Marco,
Você, como sempre enriquece muito o nosso glossário.
Vamos ver se também ajudo um pouco...
O uso das metáforas nos remete ao escorregadio do imaginário e a certas "armadilhas" conceituais.
Concordo com você quanto à insuficiência da "teia" - e para mim de qualquer modelo ou matáfora - para exemplificar o hipertexto, mas os modelos nunca são suficientes para explicar o que queremos, principalmente quando o objeto é muito complexo. São, como diz Pierre Lévy, "pequenas totalidades, mas sem nenhuma pretensão ao universal.".
Para Lévy o hipertexto faz parte da própria lógica humana do pensamento, funcionando caoticamente (no bom sentido) e construindo cognições que surgem por conexões.
Gosto do exemplo que ele usa, da frase “a maçã contém vitaminas”,e das múltiplas associações que dela derivam.

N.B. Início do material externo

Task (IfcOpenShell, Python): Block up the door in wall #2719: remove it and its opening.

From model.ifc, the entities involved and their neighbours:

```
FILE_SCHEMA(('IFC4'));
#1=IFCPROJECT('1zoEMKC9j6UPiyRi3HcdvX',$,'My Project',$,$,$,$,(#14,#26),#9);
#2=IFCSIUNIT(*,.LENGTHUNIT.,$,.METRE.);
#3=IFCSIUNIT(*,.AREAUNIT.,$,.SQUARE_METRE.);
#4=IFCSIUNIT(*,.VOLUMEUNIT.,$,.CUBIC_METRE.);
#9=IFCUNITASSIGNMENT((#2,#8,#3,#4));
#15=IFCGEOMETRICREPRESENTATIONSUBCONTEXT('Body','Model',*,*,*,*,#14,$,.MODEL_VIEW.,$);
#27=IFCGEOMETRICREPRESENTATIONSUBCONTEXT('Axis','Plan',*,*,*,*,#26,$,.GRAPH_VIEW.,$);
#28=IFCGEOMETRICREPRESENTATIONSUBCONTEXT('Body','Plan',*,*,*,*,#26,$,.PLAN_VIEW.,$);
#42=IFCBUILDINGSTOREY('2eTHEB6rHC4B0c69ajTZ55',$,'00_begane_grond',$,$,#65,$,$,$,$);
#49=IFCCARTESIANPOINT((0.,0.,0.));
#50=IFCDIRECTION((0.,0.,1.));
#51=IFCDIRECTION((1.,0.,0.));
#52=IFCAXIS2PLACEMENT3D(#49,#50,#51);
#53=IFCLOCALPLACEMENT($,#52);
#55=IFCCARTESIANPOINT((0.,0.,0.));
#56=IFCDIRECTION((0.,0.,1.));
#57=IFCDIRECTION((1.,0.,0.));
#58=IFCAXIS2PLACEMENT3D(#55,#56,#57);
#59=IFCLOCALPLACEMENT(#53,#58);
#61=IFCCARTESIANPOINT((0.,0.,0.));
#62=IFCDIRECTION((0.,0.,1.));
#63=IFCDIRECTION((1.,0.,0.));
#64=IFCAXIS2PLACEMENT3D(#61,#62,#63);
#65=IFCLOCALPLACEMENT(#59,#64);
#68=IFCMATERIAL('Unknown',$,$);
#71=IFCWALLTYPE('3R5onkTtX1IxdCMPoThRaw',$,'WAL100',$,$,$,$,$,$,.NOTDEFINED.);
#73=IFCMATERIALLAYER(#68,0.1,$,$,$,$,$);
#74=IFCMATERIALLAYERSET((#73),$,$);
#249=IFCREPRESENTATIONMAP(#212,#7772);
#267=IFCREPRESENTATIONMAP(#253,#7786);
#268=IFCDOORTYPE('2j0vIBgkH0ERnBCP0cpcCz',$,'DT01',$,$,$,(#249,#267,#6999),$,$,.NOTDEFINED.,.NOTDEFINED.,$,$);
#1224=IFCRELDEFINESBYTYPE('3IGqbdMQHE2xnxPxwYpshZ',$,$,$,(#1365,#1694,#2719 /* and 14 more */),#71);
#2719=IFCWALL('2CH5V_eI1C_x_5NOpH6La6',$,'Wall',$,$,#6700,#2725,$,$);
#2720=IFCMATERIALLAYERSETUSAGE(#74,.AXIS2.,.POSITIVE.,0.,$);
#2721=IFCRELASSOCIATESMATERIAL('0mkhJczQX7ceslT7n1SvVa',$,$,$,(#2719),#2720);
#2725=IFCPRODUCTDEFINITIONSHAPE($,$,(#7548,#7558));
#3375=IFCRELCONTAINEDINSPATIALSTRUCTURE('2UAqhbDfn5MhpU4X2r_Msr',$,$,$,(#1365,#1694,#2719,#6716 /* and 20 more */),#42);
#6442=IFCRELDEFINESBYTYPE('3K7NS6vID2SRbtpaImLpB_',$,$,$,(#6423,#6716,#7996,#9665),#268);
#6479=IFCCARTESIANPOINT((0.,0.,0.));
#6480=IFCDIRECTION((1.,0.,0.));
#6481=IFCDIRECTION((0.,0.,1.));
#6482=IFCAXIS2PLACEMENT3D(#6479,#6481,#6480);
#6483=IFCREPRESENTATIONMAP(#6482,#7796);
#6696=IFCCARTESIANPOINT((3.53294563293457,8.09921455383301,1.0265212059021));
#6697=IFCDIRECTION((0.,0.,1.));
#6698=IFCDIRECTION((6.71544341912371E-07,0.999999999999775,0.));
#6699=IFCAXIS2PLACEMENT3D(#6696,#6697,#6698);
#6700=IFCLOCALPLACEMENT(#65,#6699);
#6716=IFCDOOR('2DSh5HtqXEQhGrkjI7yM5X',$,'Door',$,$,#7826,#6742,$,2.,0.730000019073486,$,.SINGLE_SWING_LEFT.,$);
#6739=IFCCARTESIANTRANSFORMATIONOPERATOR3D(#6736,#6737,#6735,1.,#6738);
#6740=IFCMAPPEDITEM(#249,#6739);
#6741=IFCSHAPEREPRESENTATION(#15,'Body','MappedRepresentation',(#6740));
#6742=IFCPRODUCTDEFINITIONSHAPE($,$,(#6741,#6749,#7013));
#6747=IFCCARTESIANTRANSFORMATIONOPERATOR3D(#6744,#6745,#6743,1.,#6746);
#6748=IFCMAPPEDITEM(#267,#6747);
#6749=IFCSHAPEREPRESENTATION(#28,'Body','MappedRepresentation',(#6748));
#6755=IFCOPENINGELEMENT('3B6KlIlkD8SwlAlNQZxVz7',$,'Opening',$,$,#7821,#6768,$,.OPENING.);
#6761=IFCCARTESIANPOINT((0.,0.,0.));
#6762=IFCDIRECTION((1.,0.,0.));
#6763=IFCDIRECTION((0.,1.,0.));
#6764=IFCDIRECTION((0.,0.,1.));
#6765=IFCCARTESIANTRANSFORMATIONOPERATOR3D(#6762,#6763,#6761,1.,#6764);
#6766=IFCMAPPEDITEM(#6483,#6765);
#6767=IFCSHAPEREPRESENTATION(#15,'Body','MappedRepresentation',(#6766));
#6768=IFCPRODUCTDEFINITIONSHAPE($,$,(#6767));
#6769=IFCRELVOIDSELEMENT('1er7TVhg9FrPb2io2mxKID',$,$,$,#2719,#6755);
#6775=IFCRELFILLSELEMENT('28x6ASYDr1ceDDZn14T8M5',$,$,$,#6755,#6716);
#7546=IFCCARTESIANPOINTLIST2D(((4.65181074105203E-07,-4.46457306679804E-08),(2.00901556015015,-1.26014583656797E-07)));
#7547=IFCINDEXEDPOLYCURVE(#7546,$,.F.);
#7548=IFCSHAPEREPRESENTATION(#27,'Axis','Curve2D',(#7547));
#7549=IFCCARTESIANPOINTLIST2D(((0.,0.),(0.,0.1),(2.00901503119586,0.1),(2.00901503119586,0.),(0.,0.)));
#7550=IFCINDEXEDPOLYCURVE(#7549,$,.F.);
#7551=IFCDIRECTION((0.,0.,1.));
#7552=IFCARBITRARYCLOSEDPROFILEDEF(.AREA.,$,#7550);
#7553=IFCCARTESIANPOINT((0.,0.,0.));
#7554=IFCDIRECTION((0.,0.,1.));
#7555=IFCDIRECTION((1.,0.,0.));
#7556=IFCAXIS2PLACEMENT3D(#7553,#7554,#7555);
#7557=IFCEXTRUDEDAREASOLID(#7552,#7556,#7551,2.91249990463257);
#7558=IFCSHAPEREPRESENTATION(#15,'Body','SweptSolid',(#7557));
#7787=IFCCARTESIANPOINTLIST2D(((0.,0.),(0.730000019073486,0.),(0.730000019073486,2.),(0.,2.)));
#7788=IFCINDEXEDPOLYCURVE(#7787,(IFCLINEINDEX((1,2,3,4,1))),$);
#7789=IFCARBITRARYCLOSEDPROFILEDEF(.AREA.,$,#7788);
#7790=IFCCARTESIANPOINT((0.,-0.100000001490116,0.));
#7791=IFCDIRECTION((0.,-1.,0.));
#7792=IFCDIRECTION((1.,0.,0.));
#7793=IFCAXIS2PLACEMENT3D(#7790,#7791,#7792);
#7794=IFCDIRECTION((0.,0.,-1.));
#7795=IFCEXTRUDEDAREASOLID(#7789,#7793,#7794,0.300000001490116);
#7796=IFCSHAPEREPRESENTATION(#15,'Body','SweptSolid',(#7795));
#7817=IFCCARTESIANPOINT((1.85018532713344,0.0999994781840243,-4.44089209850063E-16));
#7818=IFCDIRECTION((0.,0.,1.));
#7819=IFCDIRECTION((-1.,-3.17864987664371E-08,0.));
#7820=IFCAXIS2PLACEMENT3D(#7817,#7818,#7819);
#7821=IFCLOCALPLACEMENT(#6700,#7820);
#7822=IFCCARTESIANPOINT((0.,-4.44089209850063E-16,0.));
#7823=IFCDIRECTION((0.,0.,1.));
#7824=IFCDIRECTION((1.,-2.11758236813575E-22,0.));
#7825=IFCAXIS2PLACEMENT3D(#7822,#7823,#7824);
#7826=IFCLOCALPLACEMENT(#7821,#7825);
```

```python
import ifcopenshell
import ifcopenshell.api.feature
import ifcopenshell.api.root
import ifcopenshell.geom
import ifcopenshell.util.shape

model = ifcopenshell.open("model.ifc")
settings = ifcopenshell.geom.settings()


def volume(element):
    """Net volume in cubic metres, openings subtracted."""
    shape = ifcopenshell.geom.create_shape(settings, element)
    return ifcopenshell.util.shape.get_volume(shape.geometry)


door = model.by_guid("2DSh5HtqXEQhGrkjI7yM5X")
opening = door.FillsVoids[0].RelatingOpeningElement
wall = opening.VoidsElements[0].RelatingBuildingElement
before = volume(wall)

ifcopenshell.api.root.remove_product(model, product=door)
ifcopenshell.api.feature.remove_feature(model, feature=opening)

after = volume(wall)

print(f"wall volume {before:.3f} -> {after:.3f} m3")

model.write("model_updated.ifc")
```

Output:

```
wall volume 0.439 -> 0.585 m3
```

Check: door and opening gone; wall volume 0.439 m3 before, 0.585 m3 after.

Podemos considerar, assim, o hipertexto como uma linguagem associativa não-linear.
Resgato, ainda, as caracerísticas que Lévy atribui ao hipertexto em As tecnologias da inteligência: o futuro do pensamento na era da informática, e que o tornam dinâmico, em permanente movimento:
1) Metamorfose - uma rede hipertextual está em constante construção e renegociação, sua extensão, composição e desenho estão sempre abertos.
2) Heterogeneidade – o hipertexto comporta e associa de todas as formas imagináveis uma gama de elementos (imagens, sons, palavras, sensações, modelos, conexões lógicas, pessoas, grupos, artefatos, mensagens muiltimídias, multimodais, analógicas, digitais).
3) Multiplicidade e encaixe das escalas – o hipertexto se organiza de modo “fractal”, qualquer nó ou conexão pode revelar-se como sendo composto por toda uma rede, indefinidamente.
4) Exterioridade - a rede não possui unidade orgânica nem motor interno, sua composição e recomposição permanente dependem de um exterior indeterminado.
5) Topologia – no hipertexto tudo funciona por proximidade, por vizinhança; o curso dos acontecimentos é definido pelos múltiplos caminhos trilhados.
6) Mobilidade dos centros – a rede não tem um centro, mas diversos centros, móveis, que saltam de um nó a outro, num constante configurar e reconfigurar de mapas.<?XML:NAMESPACE PREFIX = O />
Indo um pouco mais além, vejamos como a matriz conceitual básica do hipertexto pode ser encontrada em longínquos momentos, como no imaginário africano, na mitologia yorubá, através de Olorum.
Ele é o criador do céu e da terra. Não é representado sob nenhuma forma material, seus atributos são a totalidade, a perfeição e a universalidade. Criou para a terra dezesseis odus principais ou destinos possíveis. Cada um dos principais desdobra-se em dezesseis, chamados Omo-Odu, perfazendo um total de 256 odus. Criou também uma multiplicidade de orixás, com o fim de prestar serviços de criação e administração das coisas do mundo, com a incumbência, inclusive, de proteger os seres humanos.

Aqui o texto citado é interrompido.